A group led by world-renowned Rice chemist K.C. Nicolaou announced the successful synthesis this month in the Journal of the American Chemical Society.
The complex organic molecule was discovered in a rare sea squirt, Didemnum proliferum, more than a decade ago. Lab tests at the time proved it to be more than 1,000 times as toxic to cancer cells as the anticancer drug taxol (aka paclitaxel), but its scarcity did not provide amounts sufficient for extensive biological studies and clinical trials.
Nicolaou said the next steps for shishijimicin are to streamline its synthesis and add chemical handles so it can be attached to antibodies for delivery to cancer cells. “We’ve established the beachhead with the first total synthesis,” he said. “Now we aim to optimize the process to make it more practical and apply it to synthesize variations of the molecule.”
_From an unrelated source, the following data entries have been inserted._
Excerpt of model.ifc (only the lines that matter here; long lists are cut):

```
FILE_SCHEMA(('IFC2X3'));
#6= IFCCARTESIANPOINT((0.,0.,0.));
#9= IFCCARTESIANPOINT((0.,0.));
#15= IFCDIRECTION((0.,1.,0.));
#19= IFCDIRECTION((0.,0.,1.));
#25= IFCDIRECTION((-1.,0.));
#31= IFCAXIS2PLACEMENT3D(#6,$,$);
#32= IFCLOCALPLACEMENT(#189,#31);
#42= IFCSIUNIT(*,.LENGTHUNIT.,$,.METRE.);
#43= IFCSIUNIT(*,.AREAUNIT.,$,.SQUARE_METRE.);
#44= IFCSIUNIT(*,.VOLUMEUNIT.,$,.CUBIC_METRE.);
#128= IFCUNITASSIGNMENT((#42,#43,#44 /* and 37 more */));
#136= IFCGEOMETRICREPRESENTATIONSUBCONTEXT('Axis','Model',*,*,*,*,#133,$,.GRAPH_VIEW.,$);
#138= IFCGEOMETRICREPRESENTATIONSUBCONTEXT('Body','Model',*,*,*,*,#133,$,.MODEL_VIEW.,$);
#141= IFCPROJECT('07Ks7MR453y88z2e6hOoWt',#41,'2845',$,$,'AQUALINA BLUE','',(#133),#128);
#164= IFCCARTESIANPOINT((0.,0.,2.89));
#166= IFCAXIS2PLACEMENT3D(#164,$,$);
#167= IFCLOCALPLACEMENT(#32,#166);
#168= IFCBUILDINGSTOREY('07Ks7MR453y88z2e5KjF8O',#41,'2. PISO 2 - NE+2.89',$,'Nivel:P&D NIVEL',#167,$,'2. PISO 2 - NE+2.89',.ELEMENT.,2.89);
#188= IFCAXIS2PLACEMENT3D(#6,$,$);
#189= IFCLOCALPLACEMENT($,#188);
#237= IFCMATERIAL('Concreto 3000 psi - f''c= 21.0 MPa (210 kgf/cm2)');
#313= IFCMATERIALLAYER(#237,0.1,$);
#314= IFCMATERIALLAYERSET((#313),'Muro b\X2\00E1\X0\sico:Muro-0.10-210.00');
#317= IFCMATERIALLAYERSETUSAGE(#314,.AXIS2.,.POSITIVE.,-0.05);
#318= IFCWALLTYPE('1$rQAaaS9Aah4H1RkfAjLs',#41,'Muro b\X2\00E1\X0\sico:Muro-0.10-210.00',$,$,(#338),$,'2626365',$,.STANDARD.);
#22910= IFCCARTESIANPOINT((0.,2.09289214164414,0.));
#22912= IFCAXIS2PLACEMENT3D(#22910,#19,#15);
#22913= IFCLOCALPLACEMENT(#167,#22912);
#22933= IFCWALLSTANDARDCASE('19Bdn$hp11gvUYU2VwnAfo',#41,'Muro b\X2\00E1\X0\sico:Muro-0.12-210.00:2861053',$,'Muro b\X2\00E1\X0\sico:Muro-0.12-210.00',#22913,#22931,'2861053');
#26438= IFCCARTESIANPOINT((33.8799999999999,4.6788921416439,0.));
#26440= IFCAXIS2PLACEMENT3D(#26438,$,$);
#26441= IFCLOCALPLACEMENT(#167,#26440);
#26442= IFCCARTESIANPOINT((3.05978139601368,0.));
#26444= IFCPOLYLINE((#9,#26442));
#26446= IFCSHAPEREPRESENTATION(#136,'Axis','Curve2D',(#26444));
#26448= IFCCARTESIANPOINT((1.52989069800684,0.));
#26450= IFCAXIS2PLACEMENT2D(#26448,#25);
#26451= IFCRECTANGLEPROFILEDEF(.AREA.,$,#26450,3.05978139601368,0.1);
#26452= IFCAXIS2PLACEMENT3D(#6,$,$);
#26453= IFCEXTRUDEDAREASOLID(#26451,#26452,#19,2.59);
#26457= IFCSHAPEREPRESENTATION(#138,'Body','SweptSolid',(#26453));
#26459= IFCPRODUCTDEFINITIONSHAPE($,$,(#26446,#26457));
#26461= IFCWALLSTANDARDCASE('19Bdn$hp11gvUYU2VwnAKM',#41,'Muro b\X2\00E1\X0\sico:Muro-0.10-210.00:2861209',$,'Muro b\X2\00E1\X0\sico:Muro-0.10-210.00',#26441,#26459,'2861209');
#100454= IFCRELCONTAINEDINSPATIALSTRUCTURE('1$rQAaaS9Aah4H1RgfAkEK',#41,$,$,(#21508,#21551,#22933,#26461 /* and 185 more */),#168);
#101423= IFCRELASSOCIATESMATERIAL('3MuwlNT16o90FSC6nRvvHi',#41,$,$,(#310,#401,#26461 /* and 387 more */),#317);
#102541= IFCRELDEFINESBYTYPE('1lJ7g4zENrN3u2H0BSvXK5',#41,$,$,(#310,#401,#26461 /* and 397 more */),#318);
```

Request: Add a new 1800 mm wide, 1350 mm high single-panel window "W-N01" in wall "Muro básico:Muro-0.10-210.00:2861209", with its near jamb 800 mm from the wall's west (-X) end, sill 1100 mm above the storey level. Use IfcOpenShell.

```python
import numpy as np
import ifcopenshell
import ifcopenshell.api.feature
import ifcopenshell.api.geometry
import ifcopenshell.api.root
import ifcopenshell.api.spatial
import ifcopenshell.api.type
import ifcopenshell.geom
import ifcopenshell.util.element
import ifcopenshell.util.placement
import ifcopenshell.util.representation
import ifcopenshell.util.shape
import ifcopenshell.util.unit

model = ifcopenshell.open("model.ifc")
unit_scale = ifcopenshell.util.unit.calculate_unit_scale(model)
settings = ifcopenshell.geom.settings()


def volume(element):
    """Net volume in cubic metres, openings subtracted."""
    shape = ifcopenshell.geom.create_shape(settings, element)
    return ifcopenshell.util.shape.get_volume(shape.geometry)


wall = model.by_guid("19Bdn$hp11gvUYU2VwnAKM")
storey = ifcopenshell.util.element.get_container(wall, ifc_class="IfcBuildingStorey")
context = ifcopenshell.util.representation.get_context(model, "Model", "Body", "MODEL_VIEW")
before = volume(wall)

width, height, from_end, sill = 1.8, 1.35, 0.8, 1.1  # metres

# The wall runs along its own X axis, and the end named is its -X end.
wall_shape = ifcopenshell.geom.create_shape(settings, wall)
x, y, z = ifcopenshell.util.shape.get_vertices(wall_shape.geometry).T
start = x.min() + from_end
face, thickness = float(y.min()), float(y.max() - y.min())
wall_matrix = ifcopenshell.util.placement.get_local_placement(wall.ObjectPlacement)
level = ifcopenshell.util.placement.get_local_placement(storey.ObjectPlacement)[2, 3]


def in_wall(x, y):
    """Placement at x, y metres in the wall's axes, at sill height."""
    matrix = wall_matrix.copy()
    matrix[:, 3] = wall_matrix @ np.array([x / unit_scale, y / unit_scale, 0.0, 1.0])
    matrix[2, 3] = level + sill / unit_scale
    return matrix


# Opening: a box that overshoots both wall faces by 50 mm.
opening = ifcopenshell.api.root.create_entity(model, ifc_class="IfcOpeningElement")
box = ifcopenshell.api.geometry.add_wall_representation(
    model, context=context, length=width, height=height, thickness=thickness + 0.1
)
ifcopenshell.api.geometry.assign_representation(model, product=opening, representation=box)
ifcopenshell.api.geometry.edit_object_placement(model, product=opening, matrix=in_wall(start, face - 0.05), is_si=False)
ifcopenshell.api.feature.add_feature(model, feature=opening, element=wall)

window = ifcopenshell.api.root.create_entity(model, ifc_class="IfcWindow", name="W-N01")
window.OverallWidth, window.OverallHeight = width / unit_scale, height / unit_scale
body = ifcopenshell.api.geometry.add_window_representation(
    model,
    context=context,
    overall_width=window.OverallWidth,
    overall_height=window.OverallHeight,
    partition_type="SINGLE_PANEL",
)
ifcopenshell.api.geometry.assign_representation(model, product=window, representation=body)
ifcopenshell.api.spatial.assign_container(model, products=[window], relating_structure=storey)
fills = ifcopenshell.api.feature.add_filling(model, opening=opening, element=window)
fills.OwnerHistory = window.OwnerHistory  # required in IFC2X3

# IFC2X3 keeps the operation on the window style.
style = ifcopenshell.api.root.create_entity(model, ifc_class="IfcWindowStyle", name="W-N01")
style.OperationType, style.ConstructionType = "SINGLE_PANEL", "NOTDEFINED"
style.ParameterTakesPrecedence = style.Sizeable = False
ifcopenshell.api.type.assign_type(model, related_objects=[window], relating_type=style)

# Centre the window in the wall's thickness.
ifcopenshell.api.geometry.edit_object_placement(model, product=window, matrix=in_wall(start, face), is_si=False)
window_shape = ifcopenshell.geom.create_shape(settings, window)
depth = ifcopenshell.util.shape.get_vertices(window_shape.geometry)[:, 1]
offset = face + thickness / 2 - (depth.min() + depth.max()) / 2
ifcopenshell.api.geometry.edit_object_placement(model, product=window, matrix=in_wall(start, offset), is_si=False)

after = volume(wall)

print(f"wall volume {before:.3f} -> {after:.3f} m3")

model.write("model-out.ifc")
```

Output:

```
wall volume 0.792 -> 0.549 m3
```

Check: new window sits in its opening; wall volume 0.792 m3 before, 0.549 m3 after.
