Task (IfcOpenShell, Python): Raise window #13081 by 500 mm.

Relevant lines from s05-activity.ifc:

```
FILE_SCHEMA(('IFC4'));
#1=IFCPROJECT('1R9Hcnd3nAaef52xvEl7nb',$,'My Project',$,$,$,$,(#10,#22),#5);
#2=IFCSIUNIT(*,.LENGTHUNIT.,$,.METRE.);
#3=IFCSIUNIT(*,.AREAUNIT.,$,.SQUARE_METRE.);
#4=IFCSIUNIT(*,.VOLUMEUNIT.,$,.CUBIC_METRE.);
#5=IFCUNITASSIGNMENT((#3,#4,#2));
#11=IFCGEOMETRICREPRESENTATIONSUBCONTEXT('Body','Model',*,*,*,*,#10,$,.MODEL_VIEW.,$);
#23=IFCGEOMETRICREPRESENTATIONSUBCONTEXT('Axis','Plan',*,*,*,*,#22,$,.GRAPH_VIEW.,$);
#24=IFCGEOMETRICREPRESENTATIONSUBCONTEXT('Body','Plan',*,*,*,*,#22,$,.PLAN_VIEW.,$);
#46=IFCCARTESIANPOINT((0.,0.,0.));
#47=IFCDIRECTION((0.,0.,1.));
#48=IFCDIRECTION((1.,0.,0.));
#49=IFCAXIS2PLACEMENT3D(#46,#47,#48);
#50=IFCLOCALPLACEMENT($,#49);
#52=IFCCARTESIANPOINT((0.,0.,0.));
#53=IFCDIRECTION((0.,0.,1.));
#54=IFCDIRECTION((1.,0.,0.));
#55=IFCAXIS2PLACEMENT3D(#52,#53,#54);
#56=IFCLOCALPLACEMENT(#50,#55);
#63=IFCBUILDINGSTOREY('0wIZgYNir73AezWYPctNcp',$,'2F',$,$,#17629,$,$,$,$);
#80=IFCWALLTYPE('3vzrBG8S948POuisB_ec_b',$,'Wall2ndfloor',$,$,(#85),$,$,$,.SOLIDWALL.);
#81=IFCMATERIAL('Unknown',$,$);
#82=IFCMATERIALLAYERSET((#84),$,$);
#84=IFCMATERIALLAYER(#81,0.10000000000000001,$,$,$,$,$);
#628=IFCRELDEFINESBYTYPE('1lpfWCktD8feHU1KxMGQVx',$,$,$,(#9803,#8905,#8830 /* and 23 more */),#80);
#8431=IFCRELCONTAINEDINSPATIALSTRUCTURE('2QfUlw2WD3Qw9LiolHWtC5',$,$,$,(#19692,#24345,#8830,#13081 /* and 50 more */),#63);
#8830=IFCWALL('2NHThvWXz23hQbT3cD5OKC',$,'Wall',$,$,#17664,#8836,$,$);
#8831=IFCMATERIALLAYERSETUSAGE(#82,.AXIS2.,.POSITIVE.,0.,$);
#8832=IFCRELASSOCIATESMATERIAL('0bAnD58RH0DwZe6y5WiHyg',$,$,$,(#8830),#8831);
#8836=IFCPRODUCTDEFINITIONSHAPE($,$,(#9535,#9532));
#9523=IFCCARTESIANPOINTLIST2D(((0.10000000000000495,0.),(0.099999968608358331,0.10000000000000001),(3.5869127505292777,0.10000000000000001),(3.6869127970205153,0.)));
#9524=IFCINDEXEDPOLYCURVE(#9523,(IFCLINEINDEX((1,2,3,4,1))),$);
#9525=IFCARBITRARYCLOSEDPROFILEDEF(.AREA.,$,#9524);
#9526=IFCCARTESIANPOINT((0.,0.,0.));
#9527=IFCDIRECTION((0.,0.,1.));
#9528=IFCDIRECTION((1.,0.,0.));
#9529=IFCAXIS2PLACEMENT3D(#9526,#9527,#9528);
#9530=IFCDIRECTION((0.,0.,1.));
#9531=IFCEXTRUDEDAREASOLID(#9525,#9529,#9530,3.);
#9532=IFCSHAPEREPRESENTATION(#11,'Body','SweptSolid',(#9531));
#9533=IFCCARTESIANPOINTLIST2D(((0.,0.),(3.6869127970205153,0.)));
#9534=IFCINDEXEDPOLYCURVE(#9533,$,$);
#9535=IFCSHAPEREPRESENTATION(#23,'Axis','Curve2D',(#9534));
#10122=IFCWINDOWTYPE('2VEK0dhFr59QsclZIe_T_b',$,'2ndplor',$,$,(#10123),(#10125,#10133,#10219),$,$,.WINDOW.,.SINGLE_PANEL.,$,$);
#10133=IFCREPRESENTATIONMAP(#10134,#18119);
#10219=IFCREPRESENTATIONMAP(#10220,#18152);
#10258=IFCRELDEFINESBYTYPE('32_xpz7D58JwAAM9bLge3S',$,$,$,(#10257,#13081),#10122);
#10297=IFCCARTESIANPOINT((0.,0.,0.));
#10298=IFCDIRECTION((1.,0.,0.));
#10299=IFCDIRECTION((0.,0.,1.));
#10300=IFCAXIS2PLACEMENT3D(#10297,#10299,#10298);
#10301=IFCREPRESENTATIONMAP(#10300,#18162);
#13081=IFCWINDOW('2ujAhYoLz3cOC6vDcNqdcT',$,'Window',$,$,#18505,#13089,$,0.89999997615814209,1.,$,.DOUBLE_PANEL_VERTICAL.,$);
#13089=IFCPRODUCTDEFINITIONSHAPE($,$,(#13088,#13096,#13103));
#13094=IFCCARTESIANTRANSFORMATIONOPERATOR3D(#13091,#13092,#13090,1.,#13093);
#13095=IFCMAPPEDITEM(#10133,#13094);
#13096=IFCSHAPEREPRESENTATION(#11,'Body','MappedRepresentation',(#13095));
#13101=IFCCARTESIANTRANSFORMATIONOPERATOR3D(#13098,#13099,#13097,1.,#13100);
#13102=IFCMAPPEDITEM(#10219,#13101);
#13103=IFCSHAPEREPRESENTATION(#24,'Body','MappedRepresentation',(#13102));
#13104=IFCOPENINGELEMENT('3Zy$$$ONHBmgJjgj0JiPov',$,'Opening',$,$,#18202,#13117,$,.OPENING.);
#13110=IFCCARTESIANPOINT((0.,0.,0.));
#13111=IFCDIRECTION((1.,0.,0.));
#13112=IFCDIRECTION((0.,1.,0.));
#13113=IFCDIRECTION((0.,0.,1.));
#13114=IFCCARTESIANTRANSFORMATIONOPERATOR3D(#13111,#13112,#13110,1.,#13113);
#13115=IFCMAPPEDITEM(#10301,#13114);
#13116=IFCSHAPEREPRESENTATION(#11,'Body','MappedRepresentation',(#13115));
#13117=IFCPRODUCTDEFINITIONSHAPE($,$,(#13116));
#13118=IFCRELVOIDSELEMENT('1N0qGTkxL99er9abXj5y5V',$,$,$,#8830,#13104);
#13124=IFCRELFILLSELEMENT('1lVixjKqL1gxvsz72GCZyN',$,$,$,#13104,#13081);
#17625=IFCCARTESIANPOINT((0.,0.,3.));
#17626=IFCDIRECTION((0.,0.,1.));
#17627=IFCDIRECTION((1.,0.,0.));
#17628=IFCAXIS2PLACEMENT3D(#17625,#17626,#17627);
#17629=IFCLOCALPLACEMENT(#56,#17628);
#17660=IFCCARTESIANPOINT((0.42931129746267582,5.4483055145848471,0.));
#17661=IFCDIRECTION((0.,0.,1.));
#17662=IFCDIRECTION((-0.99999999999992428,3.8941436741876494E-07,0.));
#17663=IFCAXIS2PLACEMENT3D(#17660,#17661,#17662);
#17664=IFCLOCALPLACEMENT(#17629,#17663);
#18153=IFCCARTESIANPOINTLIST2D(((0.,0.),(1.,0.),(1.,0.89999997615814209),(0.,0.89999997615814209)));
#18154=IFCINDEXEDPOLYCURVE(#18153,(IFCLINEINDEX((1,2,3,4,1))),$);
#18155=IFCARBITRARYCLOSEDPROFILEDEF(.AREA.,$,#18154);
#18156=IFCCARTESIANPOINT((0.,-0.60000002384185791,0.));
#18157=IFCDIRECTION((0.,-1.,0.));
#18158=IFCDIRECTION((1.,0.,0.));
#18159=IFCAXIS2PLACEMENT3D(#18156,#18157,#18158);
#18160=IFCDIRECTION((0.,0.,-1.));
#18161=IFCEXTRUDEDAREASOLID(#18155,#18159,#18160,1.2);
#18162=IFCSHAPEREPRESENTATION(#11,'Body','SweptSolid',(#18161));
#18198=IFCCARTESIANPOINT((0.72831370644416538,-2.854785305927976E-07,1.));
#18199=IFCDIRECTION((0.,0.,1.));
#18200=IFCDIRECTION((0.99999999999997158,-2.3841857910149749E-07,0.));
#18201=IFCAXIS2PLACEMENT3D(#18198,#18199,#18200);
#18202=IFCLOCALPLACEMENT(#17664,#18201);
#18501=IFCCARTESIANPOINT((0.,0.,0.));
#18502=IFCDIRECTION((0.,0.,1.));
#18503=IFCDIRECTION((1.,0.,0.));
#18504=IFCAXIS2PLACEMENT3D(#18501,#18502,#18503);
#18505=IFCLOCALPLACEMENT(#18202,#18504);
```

```python
import numpy as np
import ifcopenshell
import ifcopenshell.api.geometry
import ifcopenshell.util.placement
import ifcopenshell.util.unit

model = ifcopenshell.open("s05-activity.ifc")
unit_scale = ifcopenshell.util.unit.calculate_unit_scale(model)

window = model.by_guid("2ujAhYoLz3cOC6vDcNqdcT")
opening = window.FillsVoids[0].RelatingOpeningElement
dz = 0.5

shift = np.array([0.0, 0.0, dz])
# The window is placed relative to its opening, so it follows when the opening moves.
matrix = ifcopenshell.util.placement.get_local_placement(opening.ObjectPlacement)
matrix[:3, 3] += shift
ifcopenshell.api.geometry.edit_object_placement(
    model, product=opening, matrix=matrix, is_si=False, should_transform_children=True
)

print(f"moved by {dz * unit_scale:+.3f} m")

model.write("s05-activity_rev.ifc")
```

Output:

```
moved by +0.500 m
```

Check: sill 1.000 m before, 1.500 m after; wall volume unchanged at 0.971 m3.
Then it will be up to partner pharmaceutical companies to develop the compound for eventual clinical trials. They won’t need much, Nicolaou said. “If they have a few hundred milligrams – a fraction of a gram – they can take it to clinical trials, because it’s so potent,” he said. “And now they have hundreds of antibodies selected for different kinds of cancer. My hope is that our molecule will lead to an effective drug for personalized medicine.”
The Cancer Prevention and Research Institute of Texas and the Welch Foundation supported the research.